Extracted entries:
-----
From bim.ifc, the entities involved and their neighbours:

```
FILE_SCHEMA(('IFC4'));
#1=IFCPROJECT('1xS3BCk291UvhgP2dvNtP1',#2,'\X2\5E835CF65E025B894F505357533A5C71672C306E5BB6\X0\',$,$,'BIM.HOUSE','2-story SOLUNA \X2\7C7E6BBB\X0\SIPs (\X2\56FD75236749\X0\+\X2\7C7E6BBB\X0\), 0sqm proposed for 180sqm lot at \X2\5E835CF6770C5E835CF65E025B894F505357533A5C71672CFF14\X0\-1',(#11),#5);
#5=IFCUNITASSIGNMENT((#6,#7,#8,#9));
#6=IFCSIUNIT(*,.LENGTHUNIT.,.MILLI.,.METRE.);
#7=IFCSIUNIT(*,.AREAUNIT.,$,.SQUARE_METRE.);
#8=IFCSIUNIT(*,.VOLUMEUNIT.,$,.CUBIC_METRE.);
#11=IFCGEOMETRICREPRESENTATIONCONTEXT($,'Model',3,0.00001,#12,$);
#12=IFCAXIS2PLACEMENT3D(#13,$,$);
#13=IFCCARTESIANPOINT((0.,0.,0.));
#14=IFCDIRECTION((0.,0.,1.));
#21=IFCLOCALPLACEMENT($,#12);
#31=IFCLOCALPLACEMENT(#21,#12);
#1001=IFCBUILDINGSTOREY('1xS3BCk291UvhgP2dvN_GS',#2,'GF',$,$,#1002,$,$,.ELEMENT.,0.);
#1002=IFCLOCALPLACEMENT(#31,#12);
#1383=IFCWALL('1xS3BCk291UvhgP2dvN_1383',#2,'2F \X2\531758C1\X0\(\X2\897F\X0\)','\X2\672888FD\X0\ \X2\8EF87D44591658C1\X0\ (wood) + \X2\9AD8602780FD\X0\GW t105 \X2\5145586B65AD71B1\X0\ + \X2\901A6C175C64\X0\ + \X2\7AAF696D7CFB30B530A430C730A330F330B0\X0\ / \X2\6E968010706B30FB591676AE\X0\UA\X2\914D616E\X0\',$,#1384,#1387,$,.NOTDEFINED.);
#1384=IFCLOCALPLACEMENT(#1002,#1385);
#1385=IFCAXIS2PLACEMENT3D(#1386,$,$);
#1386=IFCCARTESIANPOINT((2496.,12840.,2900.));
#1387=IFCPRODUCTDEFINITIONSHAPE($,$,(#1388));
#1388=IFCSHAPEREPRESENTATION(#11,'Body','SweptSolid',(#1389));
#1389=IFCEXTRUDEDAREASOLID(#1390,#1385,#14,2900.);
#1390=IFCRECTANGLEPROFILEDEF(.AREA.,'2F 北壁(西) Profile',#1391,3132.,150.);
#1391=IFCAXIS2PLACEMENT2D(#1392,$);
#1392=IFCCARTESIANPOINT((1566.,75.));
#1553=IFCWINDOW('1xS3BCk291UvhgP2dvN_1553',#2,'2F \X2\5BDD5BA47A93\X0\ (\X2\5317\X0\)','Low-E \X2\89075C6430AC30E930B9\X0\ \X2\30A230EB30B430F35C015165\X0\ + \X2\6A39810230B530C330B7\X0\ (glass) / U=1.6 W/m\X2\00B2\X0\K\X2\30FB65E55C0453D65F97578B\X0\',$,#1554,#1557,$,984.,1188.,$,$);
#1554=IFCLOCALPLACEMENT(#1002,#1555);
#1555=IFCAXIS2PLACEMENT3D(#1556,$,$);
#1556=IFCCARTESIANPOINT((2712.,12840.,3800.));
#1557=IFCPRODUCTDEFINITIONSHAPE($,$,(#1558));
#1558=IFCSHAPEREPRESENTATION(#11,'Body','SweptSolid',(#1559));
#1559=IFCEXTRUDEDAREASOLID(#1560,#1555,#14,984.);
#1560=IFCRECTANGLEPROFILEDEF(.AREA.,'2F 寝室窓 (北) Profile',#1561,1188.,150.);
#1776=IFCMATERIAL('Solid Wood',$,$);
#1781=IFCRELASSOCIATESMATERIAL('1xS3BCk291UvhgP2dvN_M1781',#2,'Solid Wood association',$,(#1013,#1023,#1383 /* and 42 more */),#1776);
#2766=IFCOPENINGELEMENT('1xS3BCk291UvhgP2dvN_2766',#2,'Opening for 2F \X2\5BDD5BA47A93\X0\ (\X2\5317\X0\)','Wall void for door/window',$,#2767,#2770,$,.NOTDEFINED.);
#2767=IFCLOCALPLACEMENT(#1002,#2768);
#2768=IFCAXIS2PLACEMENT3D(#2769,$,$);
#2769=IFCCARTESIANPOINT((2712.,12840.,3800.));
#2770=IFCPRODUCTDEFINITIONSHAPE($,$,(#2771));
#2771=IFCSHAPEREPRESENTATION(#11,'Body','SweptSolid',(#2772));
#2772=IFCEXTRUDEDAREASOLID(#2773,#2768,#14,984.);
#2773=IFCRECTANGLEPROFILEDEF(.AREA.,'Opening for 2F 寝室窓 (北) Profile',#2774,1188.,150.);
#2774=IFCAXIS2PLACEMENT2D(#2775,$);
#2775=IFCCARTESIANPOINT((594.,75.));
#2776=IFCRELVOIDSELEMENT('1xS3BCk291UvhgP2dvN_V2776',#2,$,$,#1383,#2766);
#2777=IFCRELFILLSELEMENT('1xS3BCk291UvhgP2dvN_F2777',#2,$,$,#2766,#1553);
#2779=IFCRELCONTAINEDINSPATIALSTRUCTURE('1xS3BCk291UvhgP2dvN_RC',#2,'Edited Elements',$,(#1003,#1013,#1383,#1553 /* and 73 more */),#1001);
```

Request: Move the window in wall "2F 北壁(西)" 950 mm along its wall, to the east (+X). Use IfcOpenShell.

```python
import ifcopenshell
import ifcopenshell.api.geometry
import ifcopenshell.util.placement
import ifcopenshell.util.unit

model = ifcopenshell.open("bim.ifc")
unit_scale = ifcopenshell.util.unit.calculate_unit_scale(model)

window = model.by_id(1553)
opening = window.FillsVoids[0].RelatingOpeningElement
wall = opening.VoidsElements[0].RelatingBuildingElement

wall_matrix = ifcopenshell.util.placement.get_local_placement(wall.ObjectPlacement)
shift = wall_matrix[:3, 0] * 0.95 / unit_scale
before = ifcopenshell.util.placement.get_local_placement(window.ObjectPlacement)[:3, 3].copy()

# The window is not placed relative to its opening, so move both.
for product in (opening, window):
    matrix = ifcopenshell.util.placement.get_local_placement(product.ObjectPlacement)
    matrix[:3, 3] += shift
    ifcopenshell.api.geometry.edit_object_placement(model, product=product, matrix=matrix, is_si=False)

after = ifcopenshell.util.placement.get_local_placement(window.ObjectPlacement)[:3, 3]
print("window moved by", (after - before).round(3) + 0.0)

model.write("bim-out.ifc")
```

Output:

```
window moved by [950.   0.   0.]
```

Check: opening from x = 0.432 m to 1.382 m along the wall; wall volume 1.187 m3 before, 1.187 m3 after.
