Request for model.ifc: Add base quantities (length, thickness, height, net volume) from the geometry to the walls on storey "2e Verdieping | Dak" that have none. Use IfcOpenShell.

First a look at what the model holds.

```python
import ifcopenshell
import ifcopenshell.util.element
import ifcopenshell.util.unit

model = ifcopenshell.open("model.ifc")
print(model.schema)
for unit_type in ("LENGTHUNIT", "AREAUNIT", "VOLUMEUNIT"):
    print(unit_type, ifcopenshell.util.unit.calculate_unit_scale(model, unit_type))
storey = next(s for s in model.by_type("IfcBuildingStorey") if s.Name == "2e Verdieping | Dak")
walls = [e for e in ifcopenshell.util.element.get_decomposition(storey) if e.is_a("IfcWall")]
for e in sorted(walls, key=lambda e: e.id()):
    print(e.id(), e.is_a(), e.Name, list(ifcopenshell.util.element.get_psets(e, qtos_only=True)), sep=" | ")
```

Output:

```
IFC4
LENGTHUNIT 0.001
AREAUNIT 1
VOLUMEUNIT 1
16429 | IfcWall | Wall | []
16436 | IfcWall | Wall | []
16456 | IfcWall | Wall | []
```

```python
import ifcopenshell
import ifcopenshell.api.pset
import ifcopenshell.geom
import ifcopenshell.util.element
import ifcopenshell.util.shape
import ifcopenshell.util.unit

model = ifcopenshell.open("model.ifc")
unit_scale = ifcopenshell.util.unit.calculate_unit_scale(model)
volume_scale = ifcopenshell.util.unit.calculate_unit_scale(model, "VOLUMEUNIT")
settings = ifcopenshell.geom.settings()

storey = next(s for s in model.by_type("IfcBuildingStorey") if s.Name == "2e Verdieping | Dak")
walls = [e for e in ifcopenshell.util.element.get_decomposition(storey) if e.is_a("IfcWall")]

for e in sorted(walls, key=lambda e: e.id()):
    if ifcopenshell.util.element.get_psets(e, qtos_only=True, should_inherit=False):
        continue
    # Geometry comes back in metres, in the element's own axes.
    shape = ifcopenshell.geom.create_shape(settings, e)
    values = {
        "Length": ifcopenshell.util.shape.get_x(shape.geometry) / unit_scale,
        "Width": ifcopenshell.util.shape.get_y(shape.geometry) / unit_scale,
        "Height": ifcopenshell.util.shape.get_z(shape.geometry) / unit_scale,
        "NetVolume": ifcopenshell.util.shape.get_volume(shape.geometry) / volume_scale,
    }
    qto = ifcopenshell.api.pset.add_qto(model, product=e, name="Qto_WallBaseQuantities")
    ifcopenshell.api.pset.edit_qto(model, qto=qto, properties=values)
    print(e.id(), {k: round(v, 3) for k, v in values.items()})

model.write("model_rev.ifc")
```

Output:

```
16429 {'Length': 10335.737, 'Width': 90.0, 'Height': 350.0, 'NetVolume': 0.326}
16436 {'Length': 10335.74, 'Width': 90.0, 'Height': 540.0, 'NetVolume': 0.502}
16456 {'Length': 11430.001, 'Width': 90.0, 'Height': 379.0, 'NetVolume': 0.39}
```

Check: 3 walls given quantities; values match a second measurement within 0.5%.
-----
Would you copy each line of the records that contains "IFCSHAPEREPRESENTATION"?

#1388=IFCSHAPEREPRESENTATION(#11,'Body','SweptSolid',(#1389));
#1558=IFCSHAPEREPRESENTATION(#11,'Body','SweptSolid',(#1559));
#2771=IFCSHAPEREPRESENTATION(#11,'Body','SweptSolid',(#2772));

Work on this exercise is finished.